5. Adding a Target Operator

  1. From the Operators panel, drag and drop a Target operator onto the canvas.
  2. Connect JOIN_1 to TARGET_1.
  3. Select TARGET_1 on the canvas.
  4. In the Details tab of the Properties panel, leave the default value for Integration Strategy as Insert.
  5. Next, click Select for each of the following options to make your selections for a data entity:
    • For Data Asset, select Data_Warehouse.
    • For Connection, select Default Connection.
    • For Schema, select BETA.
    • For Data Entity, select CUSTOMERS_TARGET.
    • For Staging Location, select the Data Lake data asset, its default connection, and your compartment. Then for Schema, select the Object Storage bucket that you used to import the sample data.
  6. Click Select.
  7. To review the Attributes mapping, click the Map tab.

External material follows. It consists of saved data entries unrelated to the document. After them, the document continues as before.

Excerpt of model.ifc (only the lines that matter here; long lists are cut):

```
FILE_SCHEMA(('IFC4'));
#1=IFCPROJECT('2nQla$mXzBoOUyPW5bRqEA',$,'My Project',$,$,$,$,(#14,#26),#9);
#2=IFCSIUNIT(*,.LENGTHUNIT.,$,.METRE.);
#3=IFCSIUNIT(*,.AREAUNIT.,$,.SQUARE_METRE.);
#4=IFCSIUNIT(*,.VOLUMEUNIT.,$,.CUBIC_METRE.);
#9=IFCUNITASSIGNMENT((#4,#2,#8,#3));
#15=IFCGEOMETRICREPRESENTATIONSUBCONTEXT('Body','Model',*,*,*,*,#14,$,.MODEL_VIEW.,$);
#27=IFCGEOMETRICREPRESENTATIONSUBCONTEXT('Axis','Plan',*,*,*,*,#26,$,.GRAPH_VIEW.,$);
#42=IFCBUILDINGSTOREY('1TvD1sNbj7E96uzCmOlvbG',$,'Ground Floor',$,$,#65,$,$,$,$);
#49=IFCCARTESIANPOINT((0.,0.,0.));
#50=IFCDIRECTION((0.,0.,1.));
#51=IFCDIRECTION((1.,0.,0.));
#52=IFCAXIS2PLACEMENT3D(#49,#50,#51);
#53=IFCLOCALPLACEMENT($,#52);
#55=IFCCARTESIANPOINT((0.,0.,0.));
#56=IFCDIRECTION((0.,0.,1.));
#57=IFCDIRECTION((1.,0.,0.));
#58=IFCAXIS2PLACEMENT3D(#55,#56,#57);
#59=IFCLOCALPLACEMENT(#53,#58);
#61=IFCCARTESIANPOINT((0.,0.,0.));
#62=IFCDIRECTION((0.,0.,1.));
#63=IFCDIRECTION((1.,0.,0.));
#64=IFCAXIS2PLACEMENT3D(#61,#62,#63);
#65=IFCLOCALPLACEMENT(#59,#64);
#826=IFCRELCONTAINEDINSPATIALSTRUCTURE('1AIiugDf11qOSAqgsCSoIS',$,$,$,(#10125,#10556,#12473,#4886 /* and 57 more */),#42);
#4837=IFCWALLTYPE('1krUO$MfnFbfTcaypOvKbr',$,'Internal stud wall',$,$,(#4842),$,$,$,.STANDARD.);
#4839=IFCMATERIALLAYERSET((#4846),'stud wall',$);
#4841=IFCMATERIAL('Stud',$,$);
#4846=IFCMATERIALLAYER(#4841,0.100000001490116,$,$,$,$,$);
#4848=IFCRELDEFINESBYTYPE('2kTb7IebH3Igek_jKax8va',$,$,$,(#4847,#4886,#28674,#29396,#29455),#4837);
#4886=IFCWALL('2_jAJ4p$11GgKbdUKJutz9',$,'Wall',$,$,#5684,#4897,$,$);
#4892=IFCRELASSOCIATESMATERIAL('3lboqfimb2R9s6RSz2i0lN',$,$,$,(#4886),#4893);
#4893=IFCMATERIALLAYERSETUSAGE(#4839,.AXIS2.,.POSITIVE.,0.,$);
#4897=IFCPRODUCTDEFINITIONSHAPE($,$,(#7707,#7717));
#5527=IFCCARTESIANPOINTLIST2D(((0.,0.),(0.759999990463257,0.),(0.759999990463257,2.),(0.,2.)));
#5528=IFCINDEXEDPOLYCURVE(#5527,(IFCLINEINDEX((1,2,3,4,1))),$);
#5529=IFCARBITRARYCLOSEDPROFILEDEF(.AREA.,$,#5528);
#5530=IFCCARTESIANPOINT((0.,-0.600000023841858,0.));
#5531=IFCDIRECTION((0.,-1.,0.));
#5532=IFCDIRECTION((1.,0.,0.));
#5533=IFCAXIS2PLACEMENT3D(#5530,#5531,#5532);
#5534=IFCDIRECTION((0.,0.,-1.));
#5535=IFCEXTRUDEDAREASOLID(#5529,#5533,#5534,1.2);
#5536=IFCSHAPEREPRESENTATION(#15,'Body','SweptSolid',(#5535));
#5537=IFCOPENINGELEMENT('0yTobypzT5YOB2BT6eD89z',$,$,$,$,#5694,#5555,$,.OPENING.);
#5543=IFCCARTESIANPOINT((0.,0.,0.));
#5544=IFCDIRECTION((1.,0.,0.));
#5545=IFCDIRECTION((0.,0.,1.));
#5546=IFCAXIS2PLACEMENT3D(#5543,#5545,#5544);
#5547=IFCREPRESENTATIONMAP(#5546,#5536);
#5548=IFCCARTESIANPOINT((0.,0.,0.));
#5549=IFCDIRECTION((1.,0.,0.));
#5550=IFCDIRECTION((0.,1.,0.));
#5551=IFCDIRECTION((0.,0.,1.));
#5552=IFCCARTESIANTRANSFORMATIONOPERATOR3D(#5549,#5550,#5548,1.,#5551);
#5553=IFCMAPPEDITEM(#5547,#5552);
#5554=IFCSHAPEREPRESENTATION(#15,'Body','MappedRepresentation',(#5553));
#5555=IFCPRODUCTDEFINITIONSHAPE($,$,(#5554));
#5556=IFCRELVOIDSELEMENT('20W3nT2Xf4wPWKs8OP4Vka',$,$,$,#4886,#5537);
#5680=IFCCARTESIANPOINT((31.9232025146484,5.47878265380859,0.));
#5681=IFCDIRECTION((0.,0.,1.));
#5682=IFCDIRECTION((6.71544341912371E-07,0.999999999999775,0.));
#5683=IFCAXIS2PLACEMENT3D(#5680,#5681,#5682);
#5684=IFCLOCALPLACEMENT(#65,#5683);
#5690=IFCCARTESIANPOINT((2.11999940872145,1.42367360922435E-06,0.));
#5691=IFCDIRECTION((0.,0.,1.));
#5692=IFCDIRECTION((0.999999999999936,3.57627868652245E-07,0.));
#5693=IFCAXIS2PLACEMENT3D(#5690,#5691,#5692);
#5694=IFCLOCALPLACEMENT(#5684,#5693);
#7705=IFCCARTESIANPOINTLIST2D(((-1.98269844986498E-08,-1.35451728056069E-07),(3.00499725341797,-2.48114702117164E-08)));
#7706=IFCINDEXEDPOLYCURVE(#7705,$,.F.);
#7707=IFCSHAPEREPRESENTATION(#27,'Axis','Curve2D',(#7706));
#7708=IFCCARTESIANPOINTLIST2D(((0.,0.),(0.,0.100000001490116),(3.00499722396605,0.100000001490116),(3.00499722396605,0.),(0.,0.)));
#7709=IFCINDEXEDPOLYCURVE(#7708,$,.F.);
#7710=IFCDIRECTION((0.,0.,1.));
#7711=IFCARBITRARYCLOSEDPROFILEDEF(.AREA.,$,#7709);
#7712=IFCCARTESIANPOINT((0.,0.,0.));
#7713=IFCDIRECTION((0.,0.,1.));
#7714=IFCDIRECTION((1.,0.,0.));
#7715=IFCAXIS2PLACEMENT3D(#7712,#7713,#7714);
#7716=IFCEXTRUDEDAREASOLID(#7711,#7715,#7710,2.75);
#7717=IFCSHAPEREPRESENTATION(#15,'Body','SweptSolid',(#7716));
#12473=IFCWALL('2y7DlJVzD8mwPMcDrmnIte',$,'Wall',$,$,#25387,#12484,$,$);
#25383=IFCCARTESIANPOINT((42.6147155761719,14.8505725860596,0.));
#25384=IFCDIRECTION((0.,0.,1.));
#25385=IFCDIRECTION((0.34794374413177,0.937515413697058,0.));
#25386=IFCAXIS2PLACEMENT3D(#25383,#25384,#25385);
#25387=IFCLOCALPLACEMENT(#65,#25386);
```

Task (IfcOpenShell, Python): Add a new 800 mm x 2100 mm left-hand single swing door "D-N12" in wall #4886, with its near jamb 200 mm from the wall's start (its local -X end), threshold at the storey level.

```python
import numpy as np
import ifcopenshell
import ifcopenshell.api.feature
import ifcopenshell.api.geometry
import ifcopenshell.api.root
import ifcopenshell.api.spatial
import ifcopenshell.geom
import ifcopenshell.util.element
import ifcopenshell.util.placement
import ifcopenshell.util.representation
import ifcopenshell.util.shape
import ifcopenshell.util.unit

model = ifcopenshell.open("model.ifc")
unit_scale = ifcopenshell.util.unit.calculate_unit_scale(model)
settings = ifcopenshell.geom.settings()


def volume(element):
    """Net volume in cubic metres, openings subtracted."""
    shape = ifcopenshell.geom.create_shape(settings, element)
    return ifcopenshell.util.shape.get_volume(shape.geometry)


wall = model.by_guid("2_jAJ4p$11GgKbdUKJutz9")
storey = ifcopenshell.util.element.get_container(wall, ifc_class="IfcBuildingStorey")
context = ifcopenshell.util.representation.get_context(model, "Model", "Body", "MODEL_VIEW")
before = volume(wall)

width, height, from_end, sill = 0.8, 2.1, 0.2, 0.0  # metres

# The wall runs along its own X axis, and the end named is its -X end.
wall_shape = ifcopenshell.geom.create_shape(settings, wall)
x, y, z = ifcopenshell.util.shape.get_vertices(wall_shape.geometry).T
start = x.min() + from_end
face, thickness = float(y.min()), float(y.max() - y.min())
wall_matrix = ifcopenshell.util.placement.get_local_placement(wall.ObjectPlacement)
level = ifcopenshell.util.placement.get_local_placement(storey.ObjectPlacement)[2, 3]


def in_wall(x, y):
    """Placement at x, y metres in the wall's axes, at sill height."""
    matrix = wall_matrix.copy()
    matrix[:, 3] = wall_matrix @ np.array([x / unit_scale, y / unit_scale, 0.0, 1.0])
    matrix[2, 3] = level + sill / unit_scale
    return matrix


# Opening: a box that overshoots both wall faces by 50 mm.
opening = ifcopenshell.api.root.create_entity(model, ifc_class="IfcOpeningElement", predefined_type="OPENING")
box = ifcopenshell.api.geometry.add_wall_representation(
    model, context=context, length=width, height=height, thickness=thickness + 0.1
)
ifcopenshell.api.geometry.assign_representation(model, product=opening, representation=box)
ifcopenshell.api.geometry.edit_object_placement(model, product=opening, matrix=in_wall(start, face - 0.05), is_si=False)
ifcopenshell.api.feature.add_feature(model, feature=opening, element=wall)

door = ifcopenshell.api.root.create_entity(model, ifc_class="IfcDoor", name="D-N12", predefined_type="DOOR")
door.OverallWidth, door.OverallHeight = width / unit_scale, height / unit_scale
door.OperationType = "SINGLE_SWING_LEFT"
body = ifcopenshell.api.geometry.add_door_representation(
    model,
    context=context,
    overall_width=door.OverallWidth,
    overall_height=door.OverallHeight,
    operation_type="SINGLE_SWING_LEFT",
    lining_properties={"LiningDepth": thickness / unit_scale, "ThresholdDepth": thickness / unit_scale},
)
ifcopenshell.api.geometry.assign_representation(model, product=door, representation=body)
ifcopenshell.api.spatial.assign_container(model, products=[door], relating_structure=storey)
ifcopenshell.api.feature.add_filling(model, opening=opening, element=door)

# The lining spans the wall, so the door starts at the wall face.
ifcopenshell.api.geometry.edit_object_placement(model, product=door, matrix=in_wall(start, face), is_si=False)

after = volume(wall)

print(f"wall volume {before:.3f} -> {after:.3f} m3")

model.write("model_updated.ifc")
```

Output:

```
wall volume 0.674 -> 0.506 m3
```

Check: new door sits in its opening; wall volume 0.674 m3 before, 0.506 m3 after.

    By default, all attributes are mapped by name.

    For example, CUST_ID from JOIN_1 maps to CUST_ID in the target data entity.

  8. To manually map attributes that are not yet mapped, click the All drop-down in the Target attributes table, and then select Attributes not mapped.

    You can do the same in the Source attributes table (for the incoming fields).

  9. Now drag and drop FULLNAME under Source attributes to FULL_NAME under Target attributes.
  10. In the Target attributes table, click Attributes not mapped, and then select All.

    All attributes are now mapped.

  11. Click Actions to review the various auto-mapping options available.

    Learn more about mapping options.

  12. Click View Rules to view the applied Rules.
  13. To save the data flow and exit the designer, click Save and Close.